The maximum number of data n given in the question is 7489, so we first calculate the total number of solutions to split all values (that is, to create a table ), then input a me file and output it directly.
Idea: we use the type [5] array to store 5 types of coins, and set dp [I] [j] to indicate the first I + 1 type (type [0]... type [I]) is the total number of solutions whose value is j. Then I can enumerate every value j in two cycles, find all the data, and finally find the output.
Code:
[Cpp]
// (No optimization)
# Include <algorithm>
# Include <iostream>
# Include <cstring>
# Include <string>
# Include <vector>
# Include <cstdio>
# Include <stack>
# Include <queue>
# Include <cmath>
Using namespace std;
# Define maxn8000
Int type [5] = {1, 5, 10, 25, 50 };
Int dp [5] [MAXN]; // it can be of the int type.

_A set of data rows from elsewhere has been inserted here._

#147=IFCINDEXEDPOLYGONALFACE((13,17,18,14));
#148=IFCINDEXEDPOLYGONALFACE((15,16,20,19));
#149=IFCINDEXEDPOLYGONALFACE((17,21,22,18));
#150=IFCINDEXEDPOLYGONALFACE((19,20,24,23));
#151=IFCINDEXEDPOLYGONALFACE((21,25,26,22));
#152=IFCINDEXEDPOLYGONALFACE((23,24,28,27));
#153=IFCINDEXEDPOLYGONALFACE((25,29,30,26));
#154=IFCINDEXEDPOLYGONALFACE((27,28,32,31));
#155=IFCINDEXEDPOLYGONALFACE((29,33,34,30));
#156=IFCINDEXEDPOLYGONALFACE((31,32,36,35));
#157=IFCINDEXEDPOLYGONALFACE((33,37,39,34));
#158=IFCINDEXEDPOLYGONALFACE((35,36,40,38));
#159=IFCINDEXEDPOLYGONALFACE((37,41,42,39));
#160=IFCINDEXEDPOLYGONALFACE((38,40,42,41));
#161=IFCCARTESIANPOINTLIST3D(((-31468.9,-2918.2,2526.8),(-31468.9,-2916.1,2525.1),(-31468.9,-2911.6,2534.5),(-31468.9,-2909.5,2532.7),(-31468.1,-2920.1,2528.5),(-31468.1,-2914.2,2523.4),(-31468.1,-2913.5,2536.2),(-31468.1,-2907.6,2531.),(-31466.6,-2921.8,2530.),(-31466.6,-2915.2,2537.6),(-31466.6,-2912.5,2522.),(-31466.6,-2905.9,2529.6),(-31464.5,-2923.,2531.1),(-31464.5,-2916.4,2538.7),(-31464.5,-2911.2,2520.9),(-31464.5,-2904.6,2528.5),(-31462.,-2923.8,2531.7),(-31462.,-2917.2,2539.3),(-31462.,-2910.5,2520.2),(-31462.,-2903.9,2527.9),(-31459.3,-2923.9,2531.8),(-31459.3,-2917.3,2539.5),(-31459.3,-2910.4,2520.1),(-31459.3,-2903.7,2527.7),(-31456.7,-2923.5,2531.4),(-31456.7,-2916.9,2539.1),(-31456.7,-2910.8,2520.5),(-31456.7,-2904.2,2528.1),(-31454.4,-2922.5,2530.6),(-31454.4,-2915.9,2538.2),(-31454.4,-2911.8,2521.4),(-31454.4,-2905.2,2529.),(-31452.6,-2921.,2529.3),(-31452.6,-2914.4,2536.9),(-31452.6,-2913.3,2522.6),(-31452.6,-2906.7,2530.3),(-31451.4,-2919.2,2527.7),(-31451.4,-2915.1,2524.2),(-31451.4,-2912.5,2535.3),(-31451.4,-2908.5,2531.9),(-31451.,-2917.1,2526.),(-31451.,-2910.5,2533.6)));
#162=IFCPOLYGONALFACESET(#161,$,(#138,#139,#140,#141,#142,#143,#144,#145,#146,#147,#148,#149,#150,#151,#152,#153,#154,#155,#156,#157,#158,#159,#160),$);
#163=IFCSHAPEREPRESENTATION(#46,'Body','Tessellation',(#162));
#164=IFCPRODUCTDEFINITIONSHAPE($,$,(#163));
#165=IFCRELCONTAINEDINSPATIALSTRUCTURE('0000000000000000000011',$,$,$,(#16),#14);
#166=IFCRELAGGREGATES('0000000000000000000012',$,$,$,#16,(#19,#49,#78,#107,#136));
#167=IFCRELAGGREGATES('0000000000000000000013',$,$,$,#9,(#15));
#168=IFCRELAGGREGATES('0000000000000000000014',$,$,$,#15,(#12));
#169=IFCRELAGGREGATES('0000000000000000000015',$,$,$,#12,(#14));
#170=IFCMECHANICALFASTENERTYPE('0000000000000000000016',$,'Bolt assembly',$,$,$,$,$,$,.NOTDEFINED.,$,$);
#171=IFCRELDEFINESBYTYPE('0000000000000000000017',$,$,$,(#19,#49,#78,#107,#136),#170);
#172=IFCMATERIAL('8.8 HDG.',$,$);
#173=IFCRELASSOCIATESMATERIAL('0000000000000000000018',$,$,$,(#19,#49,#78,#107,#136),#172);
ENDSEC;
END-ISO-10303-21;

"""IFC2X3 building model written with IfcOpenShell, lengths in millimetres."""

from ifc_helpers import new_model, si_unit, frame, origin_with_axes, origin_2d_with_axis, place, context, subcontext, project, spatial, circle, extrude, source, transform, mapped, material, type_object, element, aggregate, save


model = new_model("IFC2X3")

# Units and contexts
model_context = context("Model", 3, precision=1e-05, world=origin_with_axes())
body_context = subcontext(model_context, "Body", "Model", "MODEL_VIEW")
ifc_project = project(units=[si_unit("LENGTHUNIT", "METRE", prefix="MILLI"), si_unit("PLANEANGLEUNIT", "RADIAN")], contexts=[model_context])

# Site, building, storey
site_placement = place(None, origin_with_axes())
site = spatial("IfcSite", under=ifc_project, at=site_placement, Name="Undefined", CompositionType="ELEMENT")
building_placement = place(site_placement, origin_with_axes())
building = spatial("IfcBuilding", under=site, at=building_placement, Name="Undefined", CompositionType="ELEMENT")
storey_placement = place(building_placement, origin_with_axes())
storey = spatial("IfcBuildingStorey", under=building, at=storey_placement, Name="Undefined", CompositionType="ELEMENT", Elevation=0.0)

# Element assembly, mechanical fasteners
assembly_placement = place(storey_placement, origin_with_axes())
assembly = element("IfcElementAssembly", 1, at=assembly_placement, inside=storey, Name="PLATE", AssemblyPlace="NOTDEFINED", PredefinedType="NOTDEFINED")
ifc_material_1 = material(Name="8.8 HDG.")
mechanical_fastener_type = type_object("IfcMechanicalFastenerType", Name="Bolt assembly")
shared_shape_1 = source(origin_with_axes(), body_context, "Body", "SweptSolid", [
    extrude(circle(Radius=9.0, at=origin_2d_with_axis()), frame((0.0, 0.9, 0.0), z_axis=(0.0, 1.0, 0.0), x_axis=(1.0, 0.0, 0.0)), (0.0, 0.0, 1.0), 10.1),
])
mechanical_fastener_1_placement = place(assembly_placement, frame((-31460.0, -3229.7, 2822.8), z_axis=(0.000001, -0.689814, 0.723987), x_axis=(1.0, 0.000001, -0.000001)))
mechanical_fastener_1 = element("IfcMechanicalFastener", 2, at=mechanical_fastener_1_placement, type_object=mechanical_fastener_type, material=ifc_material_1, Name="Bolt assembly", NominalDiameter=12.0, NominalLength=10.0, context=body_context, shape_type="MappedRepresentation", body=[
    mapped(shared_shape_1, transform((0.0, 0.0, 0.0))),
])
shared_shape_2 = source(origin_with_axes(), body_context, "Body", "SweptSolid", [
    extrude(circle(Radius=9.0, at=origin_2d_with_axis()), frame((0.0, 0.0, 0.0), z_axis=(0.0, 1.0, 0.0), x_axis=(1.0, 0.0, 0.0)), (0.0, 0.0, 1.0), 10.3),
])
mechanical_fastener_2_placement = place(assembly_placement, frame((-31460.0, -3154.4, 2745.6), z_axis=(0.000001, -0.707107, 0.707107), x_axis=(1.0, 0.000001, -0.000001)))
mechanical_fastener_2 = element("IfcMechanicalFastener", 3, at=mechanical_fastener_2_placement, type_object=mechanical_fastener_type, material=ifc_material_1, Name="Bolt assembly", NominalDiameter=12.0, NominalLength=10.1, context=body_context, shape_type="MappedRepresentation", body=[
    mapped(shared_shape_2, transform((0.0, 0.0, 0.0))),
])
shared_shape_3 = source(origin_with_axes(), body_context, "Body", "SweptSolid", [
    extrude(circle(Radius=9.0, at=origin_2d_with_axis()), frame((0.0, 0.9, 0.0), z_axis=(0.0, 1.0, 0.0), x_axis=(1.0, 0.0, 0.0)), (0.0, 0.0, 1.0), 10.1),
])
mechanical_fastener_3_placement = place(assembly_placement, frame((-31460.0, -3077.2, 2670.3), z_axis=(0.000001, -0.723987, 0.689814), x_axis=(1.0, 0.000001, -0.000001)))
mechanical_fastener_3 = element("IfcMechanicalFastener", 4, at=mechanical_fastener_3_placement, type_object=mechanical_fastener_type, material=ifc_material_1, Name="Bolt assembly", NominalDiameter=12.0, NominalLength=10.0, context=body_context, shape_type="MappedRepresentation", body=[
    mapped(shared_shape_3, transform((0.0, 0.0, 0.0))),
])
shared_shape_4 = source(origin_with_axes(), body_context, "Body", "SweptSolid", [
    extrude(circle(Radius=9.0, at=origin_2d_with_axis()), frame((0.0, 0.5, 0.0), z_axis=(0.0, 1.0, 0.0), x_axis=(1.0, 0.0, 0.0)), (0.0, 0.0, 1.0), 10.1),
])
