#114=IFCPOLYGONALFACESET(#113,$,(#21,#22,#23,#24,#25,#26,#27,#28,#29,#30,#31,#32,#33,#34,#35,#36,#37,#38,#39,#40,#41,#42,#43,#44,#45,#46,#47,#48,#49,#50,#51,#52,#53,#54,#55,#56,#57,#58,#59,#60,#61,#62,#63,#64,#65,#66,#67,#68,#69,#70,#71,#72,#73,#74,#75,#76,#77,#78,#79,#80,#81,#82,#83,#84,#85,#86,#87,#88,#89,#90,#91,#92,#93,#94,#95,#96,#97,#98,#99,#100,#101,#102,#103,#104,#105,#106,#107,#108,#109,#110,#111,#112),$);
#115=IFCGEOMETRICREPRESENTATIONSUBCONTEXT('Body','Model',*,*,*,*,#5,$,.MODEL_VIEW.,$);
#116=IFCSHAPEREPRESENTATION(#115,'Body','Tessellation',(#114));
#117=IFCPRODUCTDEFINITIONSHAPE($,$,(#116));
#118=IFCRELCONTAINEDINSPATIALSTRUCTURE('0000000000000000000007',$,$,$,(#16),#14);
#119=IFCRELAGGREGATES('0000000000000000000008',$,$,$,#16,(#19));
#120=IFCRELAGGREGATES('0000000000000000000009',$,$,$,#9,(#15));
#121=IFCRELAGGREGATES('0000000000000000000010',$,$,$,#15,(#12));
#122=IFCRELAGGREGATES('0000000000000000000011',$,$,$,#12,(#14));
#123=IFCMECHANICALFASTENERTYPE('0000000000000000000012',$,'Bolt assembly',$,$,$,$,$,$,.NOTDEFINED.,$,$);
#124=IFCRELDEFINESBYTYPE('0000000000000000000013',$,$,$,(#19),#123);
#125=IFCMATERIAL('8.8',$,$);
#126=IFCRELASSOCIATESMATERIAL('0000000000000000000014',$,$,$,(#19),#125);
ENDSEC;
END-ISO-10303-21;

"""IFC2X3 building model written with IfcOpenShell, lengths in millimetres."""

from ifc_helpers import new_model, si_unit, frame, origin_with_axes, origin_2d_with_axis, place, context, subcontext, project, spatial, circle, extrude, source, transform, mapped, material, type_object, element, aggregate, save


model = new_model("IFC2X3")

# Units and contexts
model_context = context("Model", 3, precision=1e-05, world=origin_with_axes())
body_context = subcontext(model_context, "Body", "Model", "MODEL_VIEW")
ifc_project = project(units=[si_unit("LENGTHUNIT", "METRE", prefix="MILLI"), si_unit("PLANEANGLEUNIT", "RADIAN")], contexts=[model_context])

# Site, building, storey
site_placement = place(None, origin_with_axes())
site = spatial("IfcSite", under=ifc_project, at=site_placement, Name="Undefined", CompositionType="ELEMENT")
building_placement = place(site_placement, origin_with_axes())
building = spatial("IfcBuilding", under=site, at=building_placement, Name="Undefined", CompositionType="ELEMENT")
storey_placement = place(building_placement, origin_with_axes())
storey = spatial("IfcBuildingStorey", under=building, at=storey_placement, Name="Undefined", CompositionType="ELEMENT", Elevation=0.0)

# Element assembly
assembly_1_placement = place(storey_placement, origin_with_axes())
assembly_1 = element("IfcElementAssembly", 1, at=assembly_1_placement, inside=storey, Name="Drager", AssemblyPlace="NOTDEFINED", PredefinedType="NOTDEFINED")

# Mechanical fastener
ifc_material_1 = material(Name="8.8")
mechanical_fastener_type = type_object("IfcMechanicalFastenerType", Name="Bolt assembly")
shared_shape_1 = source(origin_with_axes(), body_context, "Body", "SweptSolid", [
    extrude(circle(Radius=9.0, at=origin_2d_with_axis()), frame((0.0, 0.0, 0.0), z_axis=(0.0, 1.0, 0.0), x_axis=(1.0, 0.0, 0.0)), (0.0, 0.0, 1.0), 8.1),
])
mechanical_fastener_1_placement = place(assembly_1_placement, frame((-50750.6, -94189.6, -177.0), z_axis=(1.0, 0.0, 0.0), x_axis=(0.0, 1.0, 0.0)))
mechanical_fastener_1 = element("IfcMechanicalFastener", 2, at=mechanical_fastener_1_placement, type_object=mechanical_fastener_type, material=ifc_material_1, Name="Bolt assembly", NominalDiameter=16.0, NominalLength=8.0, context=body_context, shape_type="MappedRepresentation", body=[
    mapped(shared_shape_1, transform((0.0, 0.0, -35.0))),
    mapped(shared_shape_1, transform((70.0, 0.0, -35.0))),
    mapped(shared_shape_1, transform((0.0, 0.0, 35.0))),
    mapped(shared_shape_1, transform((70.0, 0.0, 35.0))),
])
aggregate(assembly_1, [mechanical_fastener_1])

If MAXN is tens of thousands, use unsigned long
Int n, ans;
// Process all data in a table
Void solve (){
For (int I = 0; I <5; I ++ ){
For (int j = 0; j <MAXN; j ++ ){
If (I = 0 | j = 0) dp [I] [j] = 1; // If I is 0, it indicates that only 1 is composed of dp [I] [j] 1, if j is 0, it indicates that there is only one composition scheme with a value of 0 (if it is regarded as 0, it will WA)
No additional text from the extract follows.